Fue llamativo escuchar al Presidente decir que este nivel impositivo es dañino para el país y, al mismo tiempo, afirmar que el año próximo se subirán los tributos. En términos de PBI, por ejemplo, las retenciones aportarán el 2,4% frente al 1,2% de este año o el 1,3% de 2015, cuando se había prometido “sacarle el pie de encima al campo, el sector más competitivo de la economía nacional”.

Esto también fue fruto de las negociaciones abiertas entre la Nación y los gobernadores cuando se discutió, hasta el instante previo de su aprobación, el Presupuesto en la Cámara de Diputados. Todos trataron de escaparle al ajuste, entre otras cosas porque el que viene es un año electoral. Y entonces, en los cambios de recursos por votos, lo que no se ajustaba en los niveles del Estado se iba cargando al sector privado de empresas y trabajadores. Esta semana se conoció hasta el insólito dato de que a partir de ahora las indemnizaciones por despidos pagarán el impuesto a las Ganancias. Está claro que el ingenio tributario nacional goza de muy buena salud y muestra además una capacidad de superación constante a medida que van pasando los gobiernos.
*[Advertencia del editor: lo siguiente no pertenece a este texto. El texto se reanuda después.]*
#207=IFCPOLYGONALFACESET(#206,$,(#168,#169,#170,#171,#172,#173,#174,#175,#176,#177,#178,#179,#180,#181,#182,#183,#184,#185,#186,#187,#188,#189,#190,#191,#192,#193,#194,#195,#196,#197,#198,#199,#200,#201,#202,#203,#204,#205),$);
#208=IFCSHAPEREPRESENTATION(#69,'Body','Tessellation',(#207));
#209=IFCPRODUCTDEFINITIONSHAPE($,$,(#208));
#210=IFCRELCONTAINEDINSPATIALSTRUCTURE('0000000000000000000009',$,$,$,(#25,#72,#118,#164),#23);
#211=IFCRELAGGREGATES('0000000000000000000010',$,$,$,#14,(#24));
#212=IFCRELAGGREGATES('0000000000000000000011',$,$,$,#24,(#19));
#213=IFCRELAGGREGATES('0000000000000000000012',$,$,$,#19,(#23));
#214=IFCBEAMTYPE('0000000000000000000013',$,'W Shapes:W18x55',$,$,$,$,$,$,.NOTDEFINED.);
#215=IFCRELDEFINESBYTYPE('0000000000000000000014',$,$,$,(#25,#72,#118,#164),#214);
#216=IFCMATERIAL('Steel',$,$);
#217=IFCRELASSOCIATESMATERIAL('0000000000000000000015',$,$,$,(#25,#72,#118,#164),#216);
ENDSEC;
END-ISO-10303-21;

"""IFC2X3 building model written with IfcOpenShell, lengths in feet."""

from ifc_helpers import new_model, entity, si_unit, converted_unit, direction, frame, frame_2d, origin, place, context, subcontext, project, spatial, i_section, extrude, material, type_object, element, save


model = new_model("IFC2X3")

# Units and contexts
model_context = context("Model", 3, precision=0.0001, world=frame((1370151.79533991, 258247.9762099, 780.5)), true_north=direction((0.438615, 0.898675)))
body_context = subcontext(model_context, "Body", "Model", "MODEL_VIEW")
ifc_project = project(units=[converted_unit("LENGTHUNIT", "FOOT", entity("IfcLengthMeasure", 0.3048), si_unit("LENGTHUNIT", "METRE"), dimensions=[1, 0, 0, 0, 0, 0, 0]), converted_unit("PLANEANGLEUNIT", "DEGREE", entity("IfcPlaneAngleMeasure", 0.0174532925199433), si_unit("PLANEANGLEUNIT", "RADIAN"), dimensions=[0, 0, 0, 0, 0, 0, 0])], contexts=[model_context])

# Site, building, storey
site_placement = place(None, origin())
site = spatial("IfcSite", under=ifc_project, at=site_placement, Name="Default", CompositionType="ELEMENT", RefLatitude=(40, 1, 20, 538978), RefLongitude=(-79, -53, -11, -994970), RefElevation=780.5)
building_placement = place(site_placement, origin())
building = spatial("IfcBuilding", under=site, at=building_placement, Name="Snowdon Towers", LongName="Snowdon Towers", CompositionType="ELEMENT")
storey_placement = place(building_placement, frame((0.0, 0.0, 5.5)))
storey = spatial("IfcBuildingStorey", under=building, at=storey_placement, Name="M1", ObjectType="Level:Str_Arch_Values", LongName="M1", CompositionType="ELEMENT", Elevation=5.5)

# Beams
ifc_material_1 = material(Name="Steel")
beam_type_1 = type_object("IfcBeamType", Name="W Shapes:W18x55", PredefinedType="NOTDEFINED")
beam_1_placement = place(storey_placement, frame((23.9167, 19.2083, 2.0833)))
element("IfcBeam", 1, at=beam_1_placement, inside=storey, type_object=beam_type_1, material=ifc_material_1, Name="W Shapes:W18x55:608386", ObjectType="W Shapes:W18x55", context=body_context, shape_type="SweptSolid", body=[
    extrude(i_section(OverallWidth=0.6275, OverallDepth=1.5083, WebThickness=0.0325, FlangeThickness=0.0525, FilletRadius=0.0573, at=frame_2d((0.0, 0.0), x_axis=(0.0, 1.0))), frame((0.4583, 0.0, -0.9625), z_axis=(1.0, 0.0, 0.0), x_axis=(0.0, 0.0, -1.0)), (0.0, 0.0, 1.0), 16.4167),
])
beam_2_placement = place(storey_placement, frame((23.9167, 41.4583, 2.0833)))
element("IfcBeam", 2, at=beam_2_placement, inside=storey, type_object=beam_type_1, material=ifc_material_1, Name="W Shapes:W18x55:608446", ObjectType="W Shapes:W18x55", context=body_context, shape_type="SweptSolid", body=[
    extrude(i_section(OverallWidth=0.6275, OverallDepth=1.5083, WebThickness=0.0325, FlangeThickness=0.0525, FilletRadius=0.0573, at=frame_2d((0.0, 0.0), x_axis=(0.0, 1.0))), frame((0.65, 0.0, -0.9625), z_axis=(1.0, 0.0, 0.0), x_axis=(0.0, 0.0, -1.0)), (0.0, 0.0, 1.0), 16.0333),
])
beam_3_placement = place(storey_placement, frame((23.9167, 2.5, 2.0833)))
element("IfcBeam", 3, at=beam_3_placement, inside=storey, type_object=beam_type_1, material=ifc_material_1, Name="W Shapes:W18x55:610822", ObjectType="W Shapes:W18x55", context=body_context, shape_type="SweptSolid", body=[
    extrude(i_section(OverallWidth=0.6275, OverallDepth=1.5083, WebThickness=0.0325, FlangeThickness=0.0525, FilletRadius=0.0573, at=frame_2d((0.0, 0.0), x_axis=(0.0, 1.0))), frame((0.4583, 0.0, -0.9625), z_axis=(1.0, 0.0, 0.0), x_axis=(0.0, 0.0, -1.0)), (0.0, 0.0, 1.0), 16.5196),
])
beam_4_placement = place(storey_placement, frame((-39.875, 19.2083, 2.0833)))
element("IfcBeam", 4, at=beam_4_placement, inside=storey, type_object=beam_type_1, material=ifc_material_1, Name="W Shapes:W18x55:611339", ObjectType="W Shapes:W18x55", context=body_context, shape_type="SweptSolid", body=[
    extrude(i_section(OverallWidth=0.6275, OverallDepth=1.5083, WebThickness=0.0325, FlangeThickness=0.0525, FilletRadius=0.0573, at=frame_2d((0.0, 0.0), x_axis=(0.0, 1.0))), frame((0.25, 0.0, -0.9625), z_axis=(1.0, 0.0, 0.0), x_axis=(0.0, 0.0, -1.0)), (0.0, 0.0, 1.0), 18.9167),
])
Tarifas que crecen sin pausa, alta inflación, exagerada presión tributaria son un combo agobiante que deja sin margen de maniobra a los sectores medios y bajos de la población, que cuentan con menor capacidad de respuesta.

Tal vez la flagrante evidencia de esas contradicciones que muestra el Gobierno sea una raíz importante de lo que ocurre con la percepción de la población sobre la gestión. Los sondeos de opinión vienen reflejando un deterioro sustancial en la imagen presidencial.

Esta semana, Cristiano Rattazzi, el titular de Fiat Argentina, aseguró que los mercados ya no le creen al Presidente. Las promesas son una parte relevante de un gobierno porque marcan expectativas e ilusiones en la población, pero exigen un mínimo de concreción. Cuando la mayor parte de las metas trazadas no son alcanzadas, la gestión cae en el descreimiento.

El segundo semestre, los brotes verdes, la eliminación de la inflación, el recorte de la presión tributaria, el combate al narcotráfico, la pobreza cero y la unión de los argentinos fueron promesas importantes que fue realizando el Gobierno en sus 35 meses de gestión. 

Claramente en muchas de ellas no hubo mejoras. Pero con un agregado en este tramo de 2018: además ahora se anticipan avances en el sentido contrario.